In protracted, low-intensity conflicts – as seen in apartheid South Africa as well as in present-day, Israel and Palestine – distrust is born out of decades of psychological damage. This damage is sustained and exacerbated by the isolation, humiliation and demonization of the “other” by the powerful. In the case of the Israeli- Palestinian conflict this has led to an attempt to balance asymmetrical power through asymmetrical violence. This said, and in spite of decades of trauma and psychological damage suffered by residents in the Occupied Territories there is real hope for uncorrupt, democratic governance to take the place. Hamas continues to participate in the political sphere and has been widely supported by Palestinians during the municipal elections. Polls show that Hamas would have been successful if the national legislative elections were allowed to take place on June 17.

Similar to the Lebanese group Hizbullah, Hamas’s role in Palestine is two-fold. First, it provides free social services such as housing, food, health care and schooling to those who in need. Second, it is an armed resistance movement. Certainly, there is a real need to resolve these two distinct variables in the future, although the continued presence of weaponry in the Occupied Territories is a symptom of an extreme sense of isolation, frustration and social dislocation. In an emulation of Hizbullah’s politico-military success against Israel, it would not be inaccurate to say that Hamas not only seeks to secure Israel’s respect through military projection but would also like to participate in a democratically-elected, Palestinian National Authority.

Palestinian Foreign Minister, Nasser Al-Qedwa has noted: “Holding and using arms must be organized, and it should not be used for personal purposes or to violate law, order and discipline.” It is also considered to be legal to hold arms while the occupation lasts.
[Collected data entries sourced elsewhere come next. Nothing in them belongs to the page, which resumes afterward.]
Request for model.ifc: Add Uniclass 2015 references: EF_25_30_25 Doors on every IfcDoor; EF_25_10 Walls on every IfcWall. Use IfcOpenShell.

First a look at what the model holds.

```python
import ifcopenshell

model = ifcopenshell.open("model.ifc")
print(model.schema)
print("classifications:", [c.Name for c in model.by_type("IfcClassification")])
for ifc_class in ("IfcDoor", "IfcRoof", "IfcStair", "IfcWall", "IfcWindow"):
    print(ifc_class, len(model.by_type(ifc_class)))
```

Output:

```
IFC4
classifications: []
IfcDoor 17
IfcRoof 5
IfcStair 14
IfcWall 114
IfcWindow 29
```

```python
import ifcopenshell
import ifcopenshell.api.classification

model = ifcopenshell.open("model.ifc")

system = ifcopenshell.api.classification.add_classification(model, classification="Uniclass 2015")

codes = {
    "IfcDoor": ("EF_25_30_25", "Doors"),
    "IfcWall": ("EF_25_10", "Walls"),
}
for ifc_class, (code, name) in codes.items():
    products = model.by_type(ifc_class)
    ifcopenshell.api.classification.add_reference(
        model, products=products, classification=system, identification=code, name=name
    )
    print(code, len(products))

model.write("model_updated.ifc")
```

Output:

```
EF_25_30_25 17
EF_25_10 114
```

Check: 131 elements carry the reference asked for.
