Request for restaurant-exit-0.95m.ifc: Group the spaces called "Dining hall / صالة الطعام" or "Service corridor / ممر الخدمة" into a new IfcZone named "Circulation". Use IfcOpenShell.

First a look at what the model holds.

```python
import ifcopenshell

model = ifcopenshell.open("restaurant-exit-0.95m.ifc")
print(model.schema)
seen = {}
for space in model.by_type("IfcSpace"):
    seen[space.LongName] = seen.get(space.LongName, 0) + 1
for name, count in sorted(seen.items(), key=str):
    print(count, "x", name)
print("zones:", [z.Name for z in model.by_type("IfcZone")][:20])
```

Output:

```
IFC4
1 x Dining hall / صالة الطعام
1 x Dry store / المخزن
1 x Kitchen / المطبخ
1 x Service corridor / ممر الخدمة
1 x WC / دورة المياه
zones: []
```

```python
import ifcopenshell
import ifcopenshell.api.group
import ifcopenshell.api.root

model = ifcopenshell.open("restaurant-exit-0.95m.ifc")

names = {"Dining hall / صالة الطعام", "Service corridor / ممر الخدمة"}
spaces = [s for s in model.by_type("IfcSpace") if s.LongName in names]

zone = ifcopenshell.api.root.create_entity(model, ifc_class="IfcZone", name="Circulation")
ifcopenshell.api.group.assign_group(model, products=spaces, group=zone)
print(len(spaces), "spaces in", zone.Name)

model.write("restaurant-exit-0.95m_v2.ifc")
```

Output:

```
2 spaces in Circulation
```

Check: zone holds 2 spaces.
It is likely that several generations will pass before a stable and just peace is achieved in Israel and Palestine. At that point, resistance groups can either demilitarize or become integrated into already existing security forces.

Addressing the root causes of the conflict is needed at this stage before actual demilitarization can take place, and a “political horizon” must be offered to militant groups in order for them to have confidence that a political solution is possible. Equally, at this stage the possibility of Hamas’ disarmament by the United Nations under US and Israeli pressure is seen by Hamas – and its supporters – simply as a step towards legitimizing their demise. Indeed, this disarmament process would inevitably result in a coercive disarmament which has been disastrous in past operations, namely in Somalia and Iraq.
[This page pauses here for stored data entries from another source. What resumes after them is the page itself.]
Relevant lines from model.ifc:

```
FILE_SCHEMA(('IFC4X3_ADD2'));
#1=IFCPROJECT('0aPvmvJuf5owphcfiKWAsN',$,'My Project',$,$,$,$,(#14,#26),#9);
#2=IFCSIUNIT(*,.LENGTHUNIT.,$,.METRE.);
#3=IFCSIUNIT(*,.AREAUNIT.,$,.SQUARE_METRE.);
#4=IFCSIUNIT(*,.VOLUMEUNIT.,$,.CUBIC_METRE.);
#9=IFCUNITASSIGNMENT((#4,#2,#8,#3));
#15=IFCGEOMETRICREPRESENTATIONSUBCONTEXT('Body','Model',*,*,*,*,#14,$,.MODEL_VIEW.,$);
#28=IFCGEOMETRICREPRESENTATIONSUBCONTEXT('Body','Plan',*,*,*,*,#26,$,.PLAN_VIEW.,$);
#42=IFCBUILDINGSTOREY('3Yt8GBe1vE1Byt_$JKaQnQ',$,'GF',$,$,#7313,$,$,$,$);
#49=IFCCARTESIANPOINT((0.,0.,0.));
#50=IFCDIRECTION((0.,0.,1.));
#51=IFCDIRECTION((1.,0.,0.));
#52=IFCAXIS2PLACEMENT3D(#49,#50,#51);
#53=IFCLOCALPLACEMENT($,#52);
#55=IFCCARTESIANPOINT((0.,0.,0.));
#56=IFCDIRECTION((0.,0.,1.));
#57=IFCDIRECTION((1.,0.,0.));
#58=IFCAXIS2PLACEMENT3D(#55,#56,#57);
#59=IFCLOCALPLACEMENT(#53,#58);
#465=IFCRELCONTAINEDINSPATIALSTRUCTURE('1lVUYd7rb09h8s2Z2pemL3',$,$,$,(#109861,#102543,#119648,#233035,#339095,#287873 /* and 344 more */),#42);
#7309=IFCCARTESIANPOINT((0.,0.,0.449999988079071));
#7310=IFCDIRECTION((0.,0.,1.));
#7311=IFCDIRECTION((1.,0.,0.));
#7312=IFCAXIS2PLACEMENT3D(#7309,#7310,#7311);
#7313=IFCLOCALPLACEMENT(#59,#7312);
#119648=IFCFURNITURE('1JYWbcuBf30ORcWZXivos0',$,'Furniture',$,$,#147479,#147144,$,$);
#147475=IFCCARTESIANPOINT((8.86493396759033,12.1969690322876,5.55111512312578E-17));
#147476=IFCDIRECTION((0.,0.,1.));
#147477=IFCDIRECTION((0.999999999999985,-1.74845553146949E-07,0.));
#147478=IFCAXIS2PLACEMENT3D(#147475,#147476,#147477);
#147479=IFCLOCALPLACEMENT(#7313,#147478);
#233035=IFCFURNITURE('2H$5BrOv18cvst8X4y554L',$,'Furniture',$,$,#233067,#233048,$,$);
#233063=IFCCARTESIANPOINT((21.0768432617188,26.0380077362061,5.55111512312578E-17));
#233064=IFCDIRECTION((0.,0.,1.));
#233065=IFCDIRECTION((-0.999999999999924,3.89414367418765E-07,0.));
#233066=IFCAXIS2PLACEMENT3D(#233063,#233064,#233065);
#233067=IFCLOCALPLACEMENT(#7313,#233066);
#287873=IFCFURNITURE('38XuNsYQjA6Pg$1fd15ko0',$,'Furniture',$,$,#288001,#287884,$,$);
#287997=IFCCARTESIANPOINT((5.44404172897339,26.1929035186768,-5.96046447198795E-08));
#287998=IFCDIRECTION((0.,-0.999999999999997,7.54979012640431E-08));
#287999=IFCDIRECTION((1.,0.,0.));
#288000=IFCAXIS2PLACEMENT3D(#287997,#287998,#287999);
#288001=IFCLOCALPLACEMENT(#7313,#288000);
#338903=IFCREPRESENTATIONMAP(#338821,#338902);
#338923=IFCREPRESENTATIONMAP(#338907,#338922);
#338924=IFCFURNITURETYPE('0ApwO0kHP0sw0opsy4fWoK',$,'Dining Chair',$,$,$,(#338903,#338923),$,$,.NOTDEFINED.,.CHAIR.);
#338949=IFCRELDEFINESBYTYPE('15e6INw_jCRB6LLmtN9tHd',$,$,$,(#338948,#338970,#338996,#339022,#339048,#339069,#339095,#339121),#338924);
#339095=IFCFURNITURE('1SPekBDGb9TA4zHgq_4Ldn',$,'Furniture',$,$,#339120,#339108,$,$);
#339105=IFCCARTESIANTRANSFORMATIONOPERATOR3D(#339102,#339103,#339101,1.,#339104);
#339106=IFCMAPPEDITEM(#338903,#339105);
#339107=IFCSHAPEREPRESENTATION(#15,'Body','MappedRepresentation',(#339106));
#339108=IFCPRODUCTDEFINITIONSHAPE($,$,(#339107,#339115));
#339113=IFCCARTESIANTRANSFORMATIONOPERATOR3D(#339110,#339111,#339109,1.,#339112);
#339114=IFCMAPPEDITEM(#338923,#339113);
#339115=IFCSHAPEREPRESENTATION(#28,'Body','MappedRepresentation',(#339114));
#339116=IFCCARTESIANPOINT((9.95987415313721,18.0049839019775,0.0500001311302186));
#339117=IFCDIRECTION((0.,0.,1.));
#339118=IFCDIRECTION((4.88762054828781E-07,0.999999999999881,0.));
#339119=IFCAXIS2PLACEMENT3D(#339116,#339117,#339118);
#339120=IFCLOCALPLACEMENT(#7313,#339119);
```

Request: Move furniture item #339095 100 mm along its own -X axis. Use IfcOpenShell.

```python
import ifcopenshell
import ifcopenshell.api.geometry
import ifcopenshell.util.placement
import ifcopenshell.util.unit

model = ifcopenshell.open("model.ifc")
unit_scale = ifcopenshell.util.unit.calculate_unit_scale(model)

item = model.by_id(339095)
matrix = ifcopenshell.util.placement.get_local_placement(item.ObjectPlacement)
matrix[:3, 3] -= matrix[:3, 0] * 0.1 / unit_scale
ifcopenshell.api.geometry.edit_object_placement(model, product=item, matrix=matrix, is_si=False)

print(ifcopenshell.util.placement.get_local_placement(item.ObjectPlacement).round(3) + 0.0)

model.write("model_edited.ifc")
```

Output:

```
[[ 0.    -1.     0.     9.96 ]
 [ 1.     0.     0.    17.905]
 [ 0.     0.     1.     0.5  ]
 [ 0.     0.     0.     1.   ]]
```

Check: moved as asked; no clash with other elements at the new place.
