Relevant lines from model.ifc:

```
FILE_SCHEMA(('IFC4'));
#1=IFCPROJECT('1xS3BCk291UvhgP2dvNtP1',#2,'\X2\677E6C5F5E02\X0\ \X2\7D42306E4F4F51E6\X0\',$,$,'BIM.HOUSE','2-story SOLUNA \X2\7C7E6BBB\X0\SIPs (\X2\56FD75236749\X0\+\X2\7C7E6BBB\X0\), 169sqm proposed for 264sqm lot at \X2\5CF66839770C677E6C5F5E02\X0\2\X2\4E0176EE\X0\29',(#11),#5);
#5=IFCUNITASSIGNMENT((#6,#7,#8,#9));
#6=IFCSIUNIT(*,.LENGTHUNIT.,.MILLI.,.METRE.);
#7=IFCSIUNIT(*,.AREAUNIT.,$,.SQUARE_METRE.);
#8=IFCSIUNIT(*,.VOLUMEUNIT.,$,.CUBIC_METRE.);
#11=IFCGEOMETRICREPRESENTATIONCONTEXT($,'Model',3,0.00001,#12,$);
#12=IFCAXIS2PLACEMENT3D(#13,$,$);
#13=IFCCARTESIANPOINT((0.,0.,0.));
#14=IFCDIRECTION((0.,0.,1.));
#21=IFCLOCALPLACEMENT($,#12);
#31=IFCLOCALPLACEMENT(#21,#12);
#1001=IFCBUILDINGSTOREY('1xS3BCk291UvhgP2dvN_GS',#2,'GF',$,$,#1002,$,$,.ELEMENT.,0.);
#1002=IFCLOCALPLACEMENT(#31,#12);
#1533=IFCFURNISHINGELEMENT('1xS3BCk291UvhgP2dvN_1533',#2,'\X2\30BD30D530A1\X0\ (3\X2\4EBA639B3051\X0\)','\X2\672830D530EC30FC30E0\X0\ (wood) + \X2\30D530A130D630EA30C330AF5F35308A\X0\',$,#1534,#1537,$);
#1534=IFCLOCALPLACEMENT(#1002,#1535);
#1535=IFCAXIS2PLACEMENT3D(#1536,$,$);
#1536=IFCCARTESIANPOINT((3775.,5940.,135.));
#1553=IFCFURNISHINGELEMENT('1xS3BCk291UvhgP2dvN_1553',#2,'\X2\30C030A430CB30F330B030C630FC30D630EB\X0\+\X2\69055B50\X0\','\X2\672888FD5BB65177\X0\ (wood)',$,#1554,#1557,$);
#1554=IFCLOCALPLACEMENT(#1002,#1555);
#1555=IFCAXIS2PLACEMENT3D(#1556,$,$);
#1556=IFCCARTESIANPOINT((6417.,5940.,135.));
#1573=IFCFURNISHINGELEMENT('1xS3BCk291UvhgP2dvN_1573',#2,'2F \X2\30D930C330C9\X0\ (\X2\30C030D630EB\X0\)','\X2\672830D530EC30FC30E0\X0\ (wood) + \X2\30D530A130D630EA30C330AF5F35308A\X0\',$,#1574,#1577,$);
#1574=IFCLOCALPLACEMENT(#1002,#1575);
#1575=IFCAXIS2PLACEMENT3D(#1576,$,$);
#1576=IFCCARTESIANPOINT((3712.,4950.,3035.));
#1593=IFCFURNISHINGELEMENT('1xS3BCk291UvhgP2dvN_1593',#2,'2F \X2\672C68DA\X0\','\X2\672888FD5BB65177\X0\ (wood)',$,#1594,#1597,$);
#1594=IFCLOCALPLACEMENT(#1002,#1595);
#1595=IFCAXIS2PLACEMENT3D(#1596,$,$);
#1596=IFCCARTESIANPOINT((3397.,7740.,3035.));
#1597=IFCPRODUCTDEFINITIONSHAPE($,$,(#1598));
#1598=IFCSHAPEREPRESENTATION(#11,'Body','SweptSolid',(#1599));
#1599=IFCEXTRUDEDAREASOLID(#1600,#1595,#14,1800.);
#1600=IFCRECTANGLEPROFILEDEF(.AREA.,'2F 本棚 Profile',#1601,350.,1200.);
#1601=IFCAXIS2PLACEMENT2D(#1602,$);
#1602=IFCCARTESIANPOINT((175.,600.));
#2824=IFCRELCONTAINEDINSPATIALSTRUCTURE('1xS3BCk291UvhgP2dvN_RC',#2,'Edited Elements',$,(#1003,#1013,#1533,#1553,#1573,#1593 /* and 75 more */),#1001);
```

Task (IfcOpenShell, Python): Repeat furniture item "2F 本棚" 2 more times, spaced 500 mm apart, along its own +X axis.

```python
import ifcopenshell
import ifcopenshell.api.geometry
import ifcopenshell.api.root
import ifcopenshell.util.element
import ifcopenshell.util.placement
import ifcopenshell.util.unit

model = ifcopenshell.open("model.ifc")
unit_scale = ifcopenshell.util.unit.calculate_unit_scale(model)


def reuse_history(source, copy):
    """copy_class also copies each property set's owner history, people and application; keep the originals."""
    for rel in copy.IsDefinedBy:
        if rel.is_a("IfcRelDefinesByProperties") and (history := rel.RelatingPropertyDefinition.OwnerHistory):
            rel.RelatingPropertyDefinition.OwnerHistory = source.OwnerHistory
            ifcopenshell.util.element.remove_deep2(model, history)


source = model.by_guid("1xS3BCk291UvhgP2dvN_1593")
base = ifcopenshell.util.placement.get_local_placement(source.ObjectPlacement)
step = base[:3, 0] * 0.5 / unit_scale

for i in range(1, 3):
    copy = ifcopenshell.api.root.copy_class(model, product=source)
    copy.Representation = ifcopenshell.util.element.copy_deep(
        model, source.Representation, exclude=["IfcGeometricRepresentationContext", "IfcRepresentationMap"]
    )
    reuse_history(source, copy)
    matrix = base.copy()
    matrix[:3, 3] += i * step
    print("added at", matrix[:3, 3].round(3) + 0.0)
    ifcopenshell.api.geometry.edit_object_placement(model, product=copy, matrix=matrix, is_si=False)

model.write("model_edited.ifc")
```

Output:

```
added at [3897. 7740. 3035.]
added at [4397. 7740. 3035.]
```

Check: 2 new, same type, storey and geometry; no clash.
Historically, resistance movements have been reluctant to give up their weapons. This can be seen in Mali where UN-lead disarmament operations in the mid-1990s facilitated the trade of automatic weaponry for shot guns. The UN-Mali initiative was significant: it reduced the scope of widespread slaughter while protecting the cultural importance arms gave males and village elders. Furthermore, the UN initiative permitted the economic necessity of having arms to protect cattle from bandits and predators. The economic and cultural value placed on weaponry is not to be underestimated in Palestine just as it would not be taken for granted in the US.

The postponement of the June 17 elections in Palestine was defended on the grounds of technical concerns over election laws, but in fact was made because the growing popularity of Hamas threatened Fatah’s hold on the Palestinian polity. The postponement was heralded by Hamas as politically unwise, and the announcement cause disquiet in Gaza and several West Bank cities. Although, it is suspected that both the Bush Administration and Ariel Sharon’s government breathed a sigh of relief due over the postponement decision. The failure of the Israeli and American political establishment to understand Hamas’s desire for inclusion may have irreparably harmed any chance for an early resumption of peace talks. Given this, the demand for disarmament of Hamas prior to political dialogue will not only be difficult, it may well be impossible.

This article first appeared in Conciliation Resources.